Problem description:
Collect all lines containing the word "IFCGEOMETRICREPRESENTATIONSUBCONTEXT" from the data.

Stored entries

::::::::::

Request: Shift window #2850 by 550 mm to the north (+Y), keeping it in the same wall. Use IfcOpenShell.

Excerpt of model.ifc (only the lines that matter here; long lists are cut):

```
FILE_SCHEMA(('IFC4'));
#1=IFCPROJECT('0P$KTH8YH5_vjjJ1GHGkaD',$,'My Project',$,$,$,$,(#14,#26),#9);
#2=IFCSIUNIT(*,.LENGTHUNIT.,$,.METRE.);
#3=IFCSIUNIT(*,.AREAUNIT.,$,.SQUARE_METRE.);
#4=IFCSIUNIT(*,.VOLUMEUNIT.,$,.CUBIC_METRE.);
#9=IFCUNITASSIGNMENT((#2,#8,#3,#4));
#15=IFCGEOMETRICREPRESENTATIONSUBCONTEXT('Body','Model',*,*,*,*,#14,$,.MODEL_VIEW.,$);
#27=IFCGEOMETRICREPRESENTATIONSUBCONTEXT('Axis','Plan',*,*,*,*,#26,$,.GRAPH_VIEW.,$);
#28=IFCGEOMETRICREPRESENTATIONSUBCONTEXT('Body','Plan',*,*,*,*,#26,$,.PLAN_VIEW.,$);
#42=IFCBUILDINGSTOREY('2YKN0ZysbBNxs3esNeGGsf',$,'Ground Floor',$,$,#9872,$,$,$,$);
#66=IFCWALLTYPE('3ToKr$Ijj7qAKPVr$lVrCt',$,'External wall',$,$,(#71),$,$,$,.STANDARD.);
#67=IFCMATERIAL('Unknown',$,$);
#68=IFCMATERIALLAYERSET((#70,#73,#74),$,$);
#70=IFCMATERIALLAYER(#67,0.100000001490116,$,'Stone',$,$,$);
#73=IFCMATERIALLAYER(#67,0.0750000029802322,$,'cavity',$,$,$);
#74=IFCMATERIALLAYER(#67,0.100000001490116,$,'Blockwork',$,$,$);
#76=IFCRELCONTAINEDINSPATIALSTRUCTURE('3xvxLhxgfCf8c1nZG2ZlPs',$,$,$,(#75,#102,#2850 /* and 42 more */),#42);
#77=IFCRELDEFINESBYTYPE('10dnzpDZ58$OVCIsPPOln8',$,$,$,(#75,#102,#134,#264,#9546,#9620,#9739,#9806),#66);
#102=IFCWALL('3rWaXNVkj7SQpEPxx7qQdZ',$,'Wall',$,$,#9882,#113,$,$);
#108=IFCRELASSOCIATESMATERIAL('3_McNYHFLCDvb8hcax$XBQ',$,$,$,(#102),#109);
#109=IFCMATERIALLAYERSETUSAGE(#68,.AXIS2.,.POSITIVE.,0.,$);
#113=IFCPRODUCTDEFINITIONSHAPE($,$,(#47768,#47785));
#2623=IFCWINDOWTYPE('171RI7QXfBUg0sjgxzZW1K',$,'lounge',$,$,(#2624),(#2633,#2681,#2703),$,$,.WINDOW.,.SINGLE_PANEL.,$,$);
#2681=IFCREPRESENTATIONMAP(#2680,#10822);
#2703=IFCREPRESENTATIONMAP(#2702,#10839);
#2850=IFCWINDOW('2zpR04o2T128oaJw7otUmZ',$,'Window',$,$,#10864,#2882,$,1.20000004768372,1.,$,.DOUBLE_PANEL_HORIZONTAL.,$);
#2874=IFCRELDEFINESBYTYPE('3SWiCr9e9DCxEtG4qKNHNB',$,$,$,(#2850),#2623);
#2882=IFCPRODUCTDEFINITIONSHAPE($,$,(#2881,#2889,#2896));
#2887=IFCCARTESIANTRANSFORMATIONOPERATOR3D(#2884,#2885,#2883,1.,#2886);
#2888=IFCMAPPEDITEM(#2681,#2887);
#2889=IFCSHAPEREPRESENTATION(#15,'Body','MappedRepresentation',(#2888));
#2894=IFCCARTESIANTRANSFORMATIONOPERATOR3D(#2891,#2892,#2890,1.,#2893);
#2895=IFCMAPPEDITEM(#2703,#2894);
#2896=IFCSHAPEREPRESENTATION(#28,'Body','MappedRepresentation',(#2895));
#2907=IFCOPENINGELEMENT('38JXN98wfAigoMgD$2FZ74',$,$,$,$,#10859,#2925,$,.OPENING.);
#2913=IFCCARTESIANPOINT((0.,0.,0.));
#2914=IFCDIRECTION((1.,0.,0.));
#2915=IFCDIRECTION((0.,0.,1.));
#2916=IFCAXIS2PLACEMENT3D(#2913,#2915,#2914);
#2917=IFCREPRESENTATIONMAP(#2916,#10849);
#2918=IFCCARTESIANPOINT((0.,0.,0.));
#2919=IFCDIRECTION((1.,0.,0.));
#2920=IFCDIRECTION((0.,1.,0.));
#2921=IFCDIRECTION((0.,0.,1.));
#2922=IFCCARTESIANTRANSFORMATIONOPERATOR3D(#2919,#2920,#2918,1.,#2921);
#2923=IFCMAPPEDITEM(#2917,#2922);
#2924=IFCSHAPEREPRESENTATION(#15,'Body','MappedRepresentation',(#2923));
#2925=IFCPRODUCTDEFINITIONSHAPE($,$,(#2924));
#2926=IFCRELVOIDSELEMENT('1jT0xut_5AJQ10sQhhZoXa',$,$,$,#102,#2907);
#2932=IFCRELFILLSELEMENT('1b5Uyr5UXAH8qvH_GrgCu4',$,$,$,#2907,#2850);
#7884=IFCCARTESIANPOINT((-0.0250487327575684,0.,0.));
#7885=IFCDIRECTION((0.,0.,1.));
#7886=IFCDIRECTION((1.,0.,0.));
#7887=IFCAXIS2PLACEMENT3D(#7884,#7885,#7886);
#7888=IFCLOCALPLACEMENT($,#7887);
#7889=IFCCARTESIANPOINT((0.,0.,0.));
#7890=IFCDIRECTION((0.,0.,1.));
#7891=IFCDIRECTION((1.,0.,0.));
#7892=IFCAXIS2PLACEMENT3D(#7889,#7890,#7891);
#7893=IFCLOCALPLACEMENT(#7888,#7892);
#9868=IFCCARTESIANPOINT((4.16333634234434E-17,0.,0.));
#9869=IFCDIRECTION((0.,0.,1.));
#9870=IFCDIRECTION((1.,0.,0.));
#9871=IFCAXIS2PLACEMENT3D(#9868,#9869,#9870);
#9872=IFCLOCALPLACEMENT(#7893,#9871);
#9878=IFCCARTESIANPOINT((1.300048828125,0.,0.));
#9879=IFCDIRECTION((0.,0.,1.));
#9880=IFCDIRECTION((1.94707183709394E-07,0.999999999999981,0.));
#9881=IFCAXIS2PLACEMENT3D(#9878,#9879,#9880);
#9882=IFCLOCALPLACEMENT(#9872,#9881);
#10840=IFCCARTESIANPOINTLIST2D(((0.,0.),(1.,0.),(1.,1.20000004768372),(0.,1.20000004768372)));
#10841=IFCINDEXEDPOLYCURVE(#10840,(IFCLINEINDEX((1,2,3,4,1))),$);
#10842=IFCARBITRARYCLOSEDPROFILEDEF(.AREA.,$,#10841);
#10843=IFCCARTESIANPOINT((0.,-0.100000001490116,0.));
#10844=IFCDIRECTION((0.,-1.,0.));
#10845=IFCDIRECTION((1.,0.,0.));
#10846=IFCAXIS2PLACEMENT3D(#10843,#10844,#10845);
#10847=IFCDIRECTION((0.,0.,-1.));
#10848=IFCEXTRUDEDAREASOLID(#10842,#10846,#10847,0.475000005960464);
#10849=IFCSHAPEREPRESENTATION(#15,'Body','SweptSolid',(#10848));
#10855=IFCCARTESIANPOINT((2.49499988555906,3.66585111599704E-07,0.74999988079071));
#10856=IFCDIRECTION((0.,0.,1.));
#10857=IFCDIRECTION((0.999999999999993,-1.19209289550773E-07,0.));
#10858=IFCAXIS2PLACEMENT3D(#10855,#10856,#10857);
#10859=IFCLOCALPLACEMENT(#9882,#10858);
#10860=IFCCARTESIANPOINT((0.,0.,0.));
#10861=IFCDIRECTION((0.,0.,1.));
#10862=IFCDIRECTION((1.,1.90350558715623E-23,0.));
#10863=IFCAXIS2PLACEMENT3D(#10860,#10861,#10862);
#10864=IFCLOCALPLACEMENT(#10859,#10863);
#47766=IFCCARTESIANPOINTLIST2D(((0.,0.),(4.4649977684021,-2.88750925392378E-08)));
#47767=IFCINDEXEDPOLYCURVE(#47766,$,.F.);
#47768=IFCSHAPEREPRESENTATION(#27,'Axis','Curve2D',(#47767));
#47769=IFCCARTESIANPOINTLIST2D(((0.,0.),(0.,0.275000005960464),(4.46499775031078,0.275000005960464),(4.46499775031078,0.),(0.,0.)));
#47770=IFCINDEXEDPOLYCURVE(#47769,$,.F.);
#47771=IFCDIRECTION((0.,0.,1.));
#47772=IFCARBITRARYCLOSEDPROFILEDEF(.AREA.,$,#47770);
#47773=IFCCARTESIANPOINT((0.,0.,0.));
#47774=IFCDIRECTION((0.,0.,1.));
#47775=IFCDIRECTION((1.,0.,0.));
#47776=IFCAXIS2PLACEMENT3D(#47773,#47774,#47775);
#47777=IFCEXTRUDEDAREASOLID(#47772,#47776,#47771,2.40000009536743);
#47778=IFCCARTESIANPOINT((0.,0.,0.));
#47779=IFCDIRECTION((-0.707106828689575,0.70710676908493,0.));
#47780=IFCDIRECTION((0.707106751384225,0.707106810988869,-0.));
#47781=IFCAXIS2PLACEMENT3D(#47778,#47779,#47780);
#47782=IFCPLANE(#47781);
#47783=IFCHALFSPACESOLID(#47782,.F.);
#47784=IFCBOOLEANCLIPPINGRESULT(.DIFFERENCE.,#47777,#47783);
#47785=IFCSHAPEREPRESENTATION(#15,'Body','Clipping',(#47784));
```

```python
import ifcopenshell
import ifcopenshell.api.geometry
import ifcopenshell.util.placement

model = ifcopenshell.open("model.ifc")

window = model.by_id(2850)
opening = window.FillsVoids[0].RelatingOpeningElement
wall = opening.VoidsElements[0].RelatingBuildingElement

wall_matrix = ifcopenshell.util.placement.get_local_placement(wall.ObjectPlacement)
shift = wall_matrix[:3, 0] * 0.55
before = ifcopenshell.util.placement.get_local_placement(window.ObjectPlacement)[:3, 3].copy()

# The window is placed relative to its opening, so it follows when the opening moves.
matrix = ifcopenshell.util.placement.get_local_placement(opening.ObjectPlacement)
matrix[:3, 3] += shift
ifcopenshell.api.geometry.edit_object_placement(
    model, product=opening, matrix=matrix, is_si=False, should_transform_children=True
)

after = ifcopenshell.util.placement.get_local_placement(window.ObjectPlacement)[:3, 3]
print("window moved by", (after - before).round(3) + 0.0)

model.write("model-out.ifc")
```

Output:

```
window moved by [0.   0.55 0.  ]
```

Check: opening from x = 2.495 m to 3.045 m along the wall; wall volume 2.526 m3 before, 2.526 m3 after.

::::::::::

Expected answer:
#15=IFCGEOMETRICREPRESENTATIONSUBCONTEXT('Body','Model',*,*,*,*,#14,$,.MODEL_VIEW.,$);
#27=IFCGEOMETRICREPRESENTATIONSUBCONTEXT('Axis','Plan',*,*,*,*,#26,$,.GRAPH_VIEW.,$);
#28=IFCGEOMETRICREPRESENTATIONSUBCONTEXT('Body','Plan',*,*,*,*,#26,$,.PLAN_VIEW.,$);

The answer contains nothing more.